# New To Forum With 2011 260Fl



## jake's outback (Jul 24, 2010)

Hello all this is my first post here. We are in Canada East of Toronto, town called Oshawa. (GM Town we make the Camero....)We are new to TT as we were in a POP UP for years when the Kids were younger. We were out gazing at used ... new all models and makes and long story short we just purchased a 2011 260FL and take delivery in about 1 week or so. Before we bought I spent a few hours reading on this site and couldn't find too much negative on this trailer manufacture (OB by keystone). There aren't to many 260 FL owners, it seems, as it is a fairly new floor plan I think. We have a few choices when we go back Monday:

1. Hitch Blue OX or Equalizer 4 point, still not sure leaning towards the Equalizer, these 2 are the same cost.
2. Extended warranty and I've read the opinions and probably will decline. It did come in handy when I had my Caddy SRX though???
3. Fabric guard and paint protection... A real good wax can be purchased these days... and I can pocket the rest... So I will decline both.

I am interested in your comments on the Equalizer 4 point vs Blue OX as the dealer is pushing the Equalizer!

We will pull this TT with our 2009 4X4 crew cab silverado with a 9500lbs capacity so I think we didn't get to much trailer for the truck.

Well thanks for the insights before we purchased and we look forward to the future. We get out camping Aug 6th with it. We're looking forward to the evenings around the fires and the wobbly pops...just gettin away.

Thanks Folks... Jake...the Golden Retriever will be spoiled again.


----------



## swanny (Oct 31, 2007)

Welcome. Your are going to love it here.

kevin


----------



## Joe/GA (Aug 14, 2009)

Welcome to Outbackers! Jake is going to like it here! LOL! You and Jake come on in, set down and make yourselves comfy.


----------



## luverofpeanuts (Mar 9, 2010)

Welcome! I love the 260FL floor plan. We ended up in a Sydney 290RLS.

I've always used an Equalizer and recommend it highly.

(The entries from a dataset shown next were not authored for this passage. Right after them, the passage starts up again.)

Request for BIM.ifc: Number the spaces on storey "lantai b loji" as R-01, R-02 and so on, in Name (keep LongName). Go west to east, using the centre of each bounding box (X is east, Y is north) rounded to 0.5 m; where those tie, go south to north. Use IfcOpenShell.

First a look at what the model holds.

```python
import ifcopenshell
import ifcopenshell.util.element
import ifcopenshell.util.placement

model = ifcopenshell.open("BIM.ifc")
print(model.schema)
storey = next(s for s in model.by_type("IfcBuildingStorey") if s.Name == "lantai b loji")
spaces = [e for e in ifcopenshell.util.element.get_decomposition(storey) if e.is_a("IfcSpace")]
for e in sorted(spaces, key=lambda e: e.id()):
    origin = ifcopenshell.util.placement.get_local_placement(e.ObjectPlacement)[:3, 3]
    print(e.id(), e.Name, e.LongName, origin.round(2) + 0.0, sep=" | ")
```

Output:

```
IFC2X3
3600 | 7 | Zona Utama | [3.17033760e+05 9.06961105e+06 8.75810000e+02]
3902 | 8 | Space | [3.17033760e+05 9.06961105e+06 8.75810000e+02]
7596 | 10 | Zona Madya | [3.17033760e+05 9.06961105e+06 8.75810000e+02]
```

```python
import ifcopenshell
import ifcopenshell.geom
import ifcopenshell.util.element
import ifcopenshell.util.shape

model = ifcopenshell.open("BIM.ifc")
settings = ifcopenshell.geom.settings()
settings.set("use-world-coords", True)


def centre(element):
    shape = ifcopenshell.geom.create_shape(settings, element)
    return ifcopenshell.util.shape.get_bbox_centroid(shape.geometry)


storey = next(s for s in model.by_type("IfcBuildingStorey") if s.Name == "lantai b loji")
spaces = [e for e in ifcopenshell.util.element.get_decomposition(storey) if e.is_a("IfcSpace")]

# Insertion points can sit at a corner or the storey origin, so sort by the geometry (in metres).
centres = {e: centre(e) for e in spaces}
spaces.sort(key=lambda e: (round(centres[e][0] / 0.5), centres[e][1]))

for i, e in enumerate(spaces, start=1):
    number = f"R-{i:02d}"
    e.Name = number
    print(e.id(), number)

model.write("BIM_updated.ifc")
```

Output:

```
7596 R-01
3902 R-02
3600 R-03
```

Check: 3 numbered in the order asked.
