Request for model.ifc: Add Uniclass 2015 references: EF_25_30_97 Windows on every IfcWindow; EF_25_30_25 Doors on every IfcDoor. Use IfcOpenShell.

First a look at what the model holds.

```python
import ifcopenshell

model = ifcopenshell.open("model.ifc")
print(model.schema)
print("classifications:", [c.Name for c in model.by_type("IfcClassification")])
for ifc_class in ("IfcDoor", "IfcRoof", "IfcStair", "IfcWall", "IfcWindow"):
    print(ifc_class, len(model.by_type(ifc_class)))
```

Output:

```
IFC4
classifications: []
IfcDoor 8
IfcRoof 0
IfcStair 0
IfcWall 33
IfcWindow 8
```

```python
import ifcopenshell
import ifcopenshell.api.classification

model = ifcopenshell.open("model.ifc")

system = ifcopenshell.api.classification.add_classification(model, classification="Uniclass 2015")

codes = {
    "IfcWindow": ("EF_25_30_97", "Windows"),
    "IfcDoor": ("EF_25_30_25", "Doors"),
}
for ifc_class, (code, name) in codes.items():
    products = model.by_type(ifc_class)
    ifcopenshell.api.classification.add_reference(
        model, products=products, classification=system, identification=code, name=name
    )
    print(code, len(products))

model.write("model-out.ifc")
```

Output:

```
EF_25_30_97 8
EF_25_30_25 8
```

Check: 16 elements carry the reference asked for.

I don't know anything about the Blue Ox; except our camping buddies ended up going back to a Reese setup and are wanting to sell their Blue Ox. I think they just liked the Reese better. The Blue Ox came with their new 268RL.


----------



## 708 (Mar 29, 2010)

We bought a 2010 260FL in April of this year and LOVE everything about this camper, wouldn't change a thing. We started off towing with my 2003 Tahoe but DH upgraded his 1996 Tacoma to a 2010 Silverado extended cab Z71 4x4 and said the difference is night and day. Says it pulls great!

Andrea


----------



## rdvholtwood (Sep 18, 2008)

Welcome to the Outbackers!

We have an equalizer hitch and put it through its big test this past week on our vacation to Niagara Falls. The trip was 9hrs (we made some stops...) and the towing experience was great! The key is to get it dialed in correctly and there are many outbackers here that are willing to help you with that - if you decide to go that route!


----------



## jake's outback (Jul 24, 2010)

Thanks for the feedback folks... Equalizer it is... we pick it up this Friday. we had to go to the dealer tonight they made a mistake on the weekend and I wouldn't sign the papers until it was right. Anyway there were 2 couples looking at it when we got there so it seems popular. Looking forward to the first trip. WHY WOULD WE WANT to camp DRY for the first time? i see people say it's something to consider... not sure why?


----------



## luverofpeanuts (Mar 9, 2010)

jake said:


> WHY WOULD WE WANT to camp DRY for the first time? i see people say it's something to consider... not sure why?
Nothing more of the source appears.